We will talk about the balanced binary tree later. In fact, we also mentioned it in the previous articles when we explained the search for the binary tree. If the data in the ordinary search binary tree is ordered or close to the ordered binary search The tree will degenerate into a single-branched tree, and searching for elements is equivalent to searching for elements in the sequence table, which is inefficient.
The balanced binary tree, as the name implies, is to make it balanced on the basis of the ordinary search binary tree (the nodes in the tree need to be adjusted).
We will talk about this in detail later.

Each container is described in turn below.

3. set

3.1 Understanding set

First let’s look at the set

is still a class template with three template parameters, but in fact, we usually only need to care about the first template parameter when we use it.
Because the latter two are the default values, of course, if you want to change the sorting method of the underlying search tree, you can pass the functor of the second comparison method (the default is ascending).

For a detailed introduction to set, you can go to the document

But it’s in English, you can use the translation tool to view

3.1 Use of set

Since we have learned several containers in STL before, the use of these containers here should actually be relatively easy for us.
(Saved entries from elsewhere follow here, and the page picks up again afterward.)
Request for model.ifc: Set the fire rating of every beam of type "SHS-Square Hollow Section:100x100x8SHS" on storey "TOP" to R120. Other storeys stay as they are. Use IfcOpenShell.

First a look at what the model holds.

```python
import ifcopenshell
import ifcopenshell.util.element

model = ifcopenshell.open("model.ifc")
print(model.schema)
storey = next(s for s in model.by_type("IfcBuildingStorey") if s.Name == "TOP")
beams = [e for e in ifcopenshell.util.element.get_decomposition(storey) if e.is_a("IfcBeam")]
seen = {}
for e in beams:
    element_type = ifcopenshell.util.element.get_type(e)
    key = (element_type.Name if element_type != e and element_type else None, ifcopenshell.util.element.get_pset(e, "Pset_BeamCommon", "FireRating"))
    seen[key] = seen.get(key, 0) + 1
for (name, value), count in sorted(seen.items(), key=str):
    print(count, "x", name, "|", value)
```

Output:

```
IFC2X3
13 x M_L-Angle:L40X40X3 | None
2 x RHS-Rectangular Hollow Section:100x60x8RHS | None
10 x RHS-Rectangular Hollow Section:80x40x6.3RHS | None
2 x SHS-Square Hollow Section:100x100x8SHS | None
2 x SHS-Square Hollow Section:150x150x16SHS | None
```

```python
import ifcopenshell
import ifcopenshell.api.pset
import ifcopenshell.util.element

model = ifcopenshell.open("model.ifc")

storey = next(s for s in model.by_type("IfcBuildingStorey") if s.Name == "TOP")
beams = [e for e in ifcopenshell.util.element.get_decomposition(storey) if e.is_a("IfcBeam")]

count = 0
for e in beams:
    element_type = ifcopenshell.util.element.get_type(e)
    if element_type in (None, e) or element_type.Name != "SHS-Square Hollow Section:100x100x8SHS":
        continue
    # add_pset returns the element's existing set when there is one.
    pset = ifcopenshell.api.pset.add_pset(model, product=e, name="Pset_BeamCommon")
    ifcopenshell.api.pset.edit_pset(model, pset=pset, properties={"FireRating": "R120"})
    count += 1

print(count, "beams updated")

model.write("model_edited.ifc")
```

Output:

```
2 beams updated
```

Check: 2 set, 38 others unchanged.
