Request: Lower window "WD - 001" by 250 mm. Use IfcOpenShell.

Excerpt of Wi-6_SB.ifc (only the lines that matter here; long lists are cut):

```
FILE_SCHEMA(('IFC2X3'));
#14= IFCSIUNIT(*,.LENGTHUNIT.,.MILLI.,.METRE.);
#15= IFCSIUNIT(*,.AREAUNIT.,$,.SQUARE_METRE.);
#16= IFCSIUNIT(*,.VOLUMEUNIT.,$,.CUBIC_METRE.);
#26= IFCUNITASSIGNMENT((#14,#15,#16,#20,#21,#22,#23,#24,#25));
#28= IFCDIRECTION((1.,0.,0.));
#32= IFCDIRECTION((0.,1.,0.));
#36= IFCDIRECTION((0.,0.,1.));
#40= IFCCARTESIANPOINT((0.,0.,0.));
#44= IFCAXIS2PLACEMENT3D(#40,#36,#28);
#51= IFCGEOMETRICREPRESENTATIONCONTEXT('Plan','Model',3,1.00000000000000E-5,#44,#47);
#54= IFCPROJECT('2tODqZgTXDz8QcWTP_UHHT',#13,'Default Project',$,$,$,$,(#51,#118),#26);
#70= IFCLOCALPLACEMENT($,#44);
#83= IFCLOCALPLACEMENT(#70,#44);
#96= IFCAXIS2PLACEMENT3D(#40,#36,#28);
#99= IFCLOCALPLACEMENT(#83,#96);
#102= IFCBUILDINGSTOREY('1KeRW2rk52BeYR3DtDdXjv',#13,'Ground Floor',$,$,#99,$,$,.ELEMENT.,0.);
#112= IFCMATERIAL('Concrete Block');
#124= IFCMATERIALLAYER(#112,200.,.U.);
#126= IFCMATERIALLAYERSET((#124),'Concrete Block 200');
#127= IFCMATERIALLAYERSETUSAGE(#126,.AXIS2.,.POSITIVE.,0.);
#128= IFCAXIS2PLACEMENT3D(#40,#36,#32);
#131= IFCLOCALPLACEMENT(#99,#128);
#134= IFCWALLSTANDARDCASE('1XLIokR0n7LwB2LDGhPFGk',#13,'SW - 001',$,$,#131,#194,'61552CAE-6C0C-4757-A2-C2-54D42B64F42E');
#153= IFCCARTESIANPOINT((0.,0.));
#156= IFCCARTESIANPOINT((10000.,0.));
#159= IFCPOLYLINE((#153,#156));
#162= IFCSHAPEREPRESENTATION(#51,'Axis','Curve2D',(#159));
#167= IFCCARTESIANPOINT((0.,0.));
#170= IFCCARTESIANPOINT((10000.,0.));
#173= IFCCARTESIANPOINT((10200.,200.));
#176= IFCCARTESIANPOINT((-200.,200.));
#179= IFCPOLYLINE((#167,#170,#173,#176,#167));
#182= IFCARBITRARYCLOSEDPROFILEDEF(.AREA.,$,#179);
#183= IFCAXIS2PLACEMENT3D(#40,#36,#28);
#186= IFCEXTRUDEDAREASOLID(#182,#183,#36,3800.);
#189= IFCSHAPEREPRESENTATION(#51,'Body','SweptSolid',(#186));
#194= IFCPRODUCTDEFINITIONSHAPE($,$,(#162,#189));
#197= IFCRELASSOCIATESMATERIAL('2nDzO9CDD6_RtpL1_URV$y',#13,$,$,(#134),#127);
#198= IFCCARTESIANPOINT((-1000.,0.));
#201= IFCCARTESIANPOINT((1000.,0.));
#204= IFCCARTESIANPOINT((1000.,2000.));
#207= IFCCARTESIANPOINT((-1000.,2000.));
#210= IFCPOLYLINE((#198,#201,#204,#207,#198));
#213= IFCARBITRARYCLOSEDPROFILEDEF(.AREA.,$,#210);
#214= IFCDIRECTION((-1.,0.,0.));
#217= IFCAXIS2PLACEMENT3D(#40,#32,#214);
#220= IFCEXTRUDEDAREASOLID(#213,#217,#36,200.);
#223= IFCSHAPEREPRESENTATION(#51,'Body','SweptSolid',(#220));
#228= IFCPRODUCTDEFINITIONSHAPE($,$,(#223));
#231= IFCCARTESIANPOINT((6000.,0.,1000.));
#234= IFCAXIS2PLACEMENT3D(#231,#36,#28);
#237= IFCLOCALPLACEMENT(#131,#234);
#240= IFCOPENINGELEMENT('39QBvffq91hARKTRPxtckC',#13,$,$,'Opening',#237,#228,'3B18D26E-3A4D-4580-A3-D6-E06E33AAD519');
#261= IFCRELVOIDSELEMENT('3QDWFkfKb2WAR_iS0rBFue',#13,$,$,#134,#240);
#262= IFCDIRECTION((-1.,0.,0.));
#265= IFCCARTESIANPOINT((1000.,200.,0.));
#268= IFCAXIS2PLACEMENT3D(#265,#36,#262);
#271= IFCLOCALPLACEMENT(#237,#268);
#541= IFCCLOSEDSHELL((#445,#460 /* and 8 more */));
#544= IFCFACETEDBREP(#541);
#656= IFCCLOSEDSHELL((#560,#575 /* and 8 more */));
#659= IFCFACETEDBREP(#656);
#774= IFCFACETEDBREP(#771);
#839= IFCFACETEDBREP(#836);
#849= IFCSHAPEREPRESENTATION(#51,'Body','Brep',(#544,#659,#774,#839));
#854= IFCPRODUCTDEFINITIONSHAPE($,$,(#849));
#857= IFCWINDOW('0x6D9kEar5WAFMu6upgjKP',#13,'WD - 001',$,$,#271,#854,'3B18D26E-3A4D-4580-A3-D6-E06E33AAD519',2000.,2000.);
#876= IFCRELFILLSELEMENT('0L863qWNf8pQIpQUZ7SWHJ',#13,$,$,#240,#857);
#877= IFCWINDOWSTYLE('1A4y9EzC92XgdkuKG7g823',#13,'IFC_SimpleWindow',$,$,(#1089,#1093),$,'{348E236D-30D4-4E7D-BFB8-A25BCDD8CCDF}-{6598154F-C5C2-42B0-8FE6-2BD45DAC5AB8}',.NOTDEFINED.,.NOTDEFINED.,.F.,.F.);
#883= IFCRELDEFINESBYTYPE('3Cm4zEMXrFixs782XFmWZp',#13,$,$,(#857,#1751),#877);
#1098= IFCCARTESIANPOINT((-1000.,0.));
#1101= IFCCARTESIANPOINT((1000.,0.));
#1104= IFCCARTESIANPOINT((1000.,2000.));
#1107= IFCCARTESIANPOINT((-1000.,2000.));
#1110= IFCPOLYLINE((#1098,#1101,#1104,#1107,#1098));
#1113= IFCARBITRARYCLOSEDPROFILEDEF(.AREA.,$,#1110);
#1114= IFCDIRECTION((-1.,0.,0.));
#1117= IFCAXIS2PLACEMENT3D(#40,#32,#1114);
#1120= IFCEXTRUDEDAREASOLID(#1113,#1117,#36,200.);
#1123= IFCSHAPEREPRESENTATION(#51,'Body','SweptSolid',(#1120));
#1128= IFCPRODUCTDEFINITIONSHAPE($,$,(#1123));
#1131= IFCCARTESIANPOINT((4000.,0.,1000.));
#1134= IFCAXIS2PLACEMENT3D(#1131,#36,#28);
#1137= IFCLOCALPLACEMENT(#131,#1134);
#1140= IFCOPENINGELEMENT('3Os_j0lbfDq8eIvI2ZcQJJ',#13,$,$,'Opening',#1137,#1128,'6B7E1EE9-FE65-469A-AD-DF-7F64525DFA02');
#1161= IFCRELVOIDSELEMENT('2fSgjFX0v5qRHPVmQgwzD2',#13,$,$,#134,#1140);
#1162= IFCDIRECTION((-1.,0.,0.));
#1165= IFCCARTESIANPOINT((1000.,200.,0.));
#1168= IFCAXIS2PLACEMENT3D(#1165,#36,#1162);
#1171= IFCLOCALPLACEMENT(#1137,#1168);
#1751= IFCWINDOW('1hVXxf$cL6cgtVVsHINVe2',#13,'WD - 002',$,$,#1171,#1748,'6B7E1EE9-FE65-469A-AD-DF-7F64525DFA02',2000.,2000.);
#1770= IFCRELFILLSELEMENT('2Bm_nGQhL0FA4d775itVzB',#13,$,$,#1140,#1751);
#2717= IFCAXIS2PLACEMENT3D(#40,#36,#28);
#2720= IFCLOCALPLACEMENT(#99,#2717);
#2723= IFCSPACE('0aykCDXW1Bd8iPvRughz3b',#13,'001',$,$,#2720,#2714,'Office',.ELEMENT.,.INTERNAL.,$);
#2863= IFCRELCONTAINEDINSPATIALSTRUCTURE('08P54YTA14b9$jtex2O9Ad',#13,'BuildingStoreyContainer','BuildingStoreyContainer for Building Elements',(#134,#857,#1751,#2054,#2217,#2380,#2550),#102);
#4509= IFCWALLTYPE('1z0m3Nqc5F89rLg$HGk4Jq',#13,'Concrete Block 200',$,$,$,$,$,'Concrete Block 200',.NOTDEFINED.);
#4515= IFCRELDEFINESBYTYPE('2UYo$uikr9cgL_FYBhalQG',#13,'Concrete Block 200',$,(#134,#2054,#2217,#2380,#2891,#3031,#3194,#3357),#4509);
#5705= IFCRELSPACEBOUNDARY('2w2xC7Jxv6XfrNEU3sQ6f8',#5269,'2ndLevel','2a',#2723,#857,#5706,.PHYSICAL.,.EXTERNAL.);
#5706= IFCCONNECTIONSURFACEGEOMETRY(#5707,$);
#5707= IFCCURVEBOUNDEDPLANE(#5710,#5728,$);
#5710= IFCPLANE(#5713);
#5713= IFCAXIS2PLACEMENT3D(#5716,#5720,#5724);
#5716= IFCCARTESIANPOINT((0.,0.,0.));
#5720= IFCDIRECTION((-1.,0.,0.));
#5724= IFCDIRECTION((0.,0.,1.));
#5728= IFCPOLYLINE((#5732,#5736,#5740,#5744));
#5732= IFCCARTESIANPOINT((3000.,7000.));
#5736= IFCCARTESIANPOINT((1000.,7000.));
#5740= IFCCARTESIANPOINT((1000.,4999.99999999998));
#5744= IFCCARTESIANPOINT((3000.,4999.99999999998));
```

```python
import numpy as np
import ifcopenshell
import ifcopenshell.api.geometry
import ifcopenshell.util.placement
import ifcopenshell.util.unit

model = ifcopenshell.open("Wi-6_SB.ifc")
unit_scale = ifcopenshell.util.unit.calculate_unit_scale(model)

window = model.by_guid("0x6D9kEar5WAFMu6upgjKP")
opening = window.FillsVoids[0].RelatingOpeningElement
dz = -250.0

shift = np.array([0.0, 0.0, dz])
# The window is placed relative to its opening, so it follows when the opening moves.
matrix = ifcopenshell.util.placement.get_local_placement(opening.ObjectPlacement)
matrix[:3, 3] += shift
ifcopenshell.api.geometry.edit_object_placement(
    model, product=opening, matrix=matrix, is_si=False, should_transform_children=True
)

# Space boundary surfaces are stored in each space's coordinates; move them too.
for rel in window.ProvidesBoundaries:
    if not rel.ConnectionGeometry:
        continue
    surface = rel.ConnectionGeometry.SurfaceOnRelatingElement.BasisSurface
    space_matrix = ifcopenshell.util.placement.get_local_placement(rel.RelatingSpace.ObjectPlacement)
    point = np.array(surface.Position.Location.Coordinates) + space_matrix[:3, :3].T @ shift
    surface.Position = model.createIfcAxis2Placement3D(
        model.createIfcCartesianPoint(point.tolist()), surface.Position.Axis, surface.Position.RefDirection
    )

print(f"moved by {dz * unit_scale:+.3f} m")

model.write("Wi-6_SB-out.ifc")
```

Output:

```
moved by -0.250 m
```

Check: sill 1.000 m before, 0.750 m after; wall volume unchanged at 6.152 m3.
So I will not introduce its interfaces one by one as carefully as before. I believe that everyone can understand many things by reading the document at this stage.

You can take a look at the interfaces it provides, of course some of them are not commonly used.

Then we said above:

The underlying structure of these associative containers is actually the binary search tree we learned before, which is just a balanced search tree.
The set actually corresponds to the K model in the binary tree search application we learned earlier, and the map to be learned below corresponds to the KV model.

Then let’s get familiar with its use:

Take a look at its constructor


Then let’s construct an empty set and insert some values
First use set to include the header file for #include

We use insert to insert several elements (here we see that his interface actually has no push or anything, and generally linear sequential containers have push).
Of course, there are other versions of inset, which are not commonly used, and you can understand them yourself.

Then I want to print it out to see, then we can use iterators to traverse it


But we see that 1, 2, 3, 4 are printed out here.
But we have inserted several values, and they are out of order, so what’s going on here?
, the above said that its bottom layer is a balanced binary tree, then we have learned the binary search tree and actually understand what’s going on:
Searching binary trees generally cannot have duplicate values, so if you insert the same value multiple times, the subsequent insertion will fail (or it can be understood that it will automatically deduplicate); in addition, we know A binary search tree is also called a binary sort tree, and an ascending sequence can be obtained by in-order traversal, so here the default traversal is printed out in order.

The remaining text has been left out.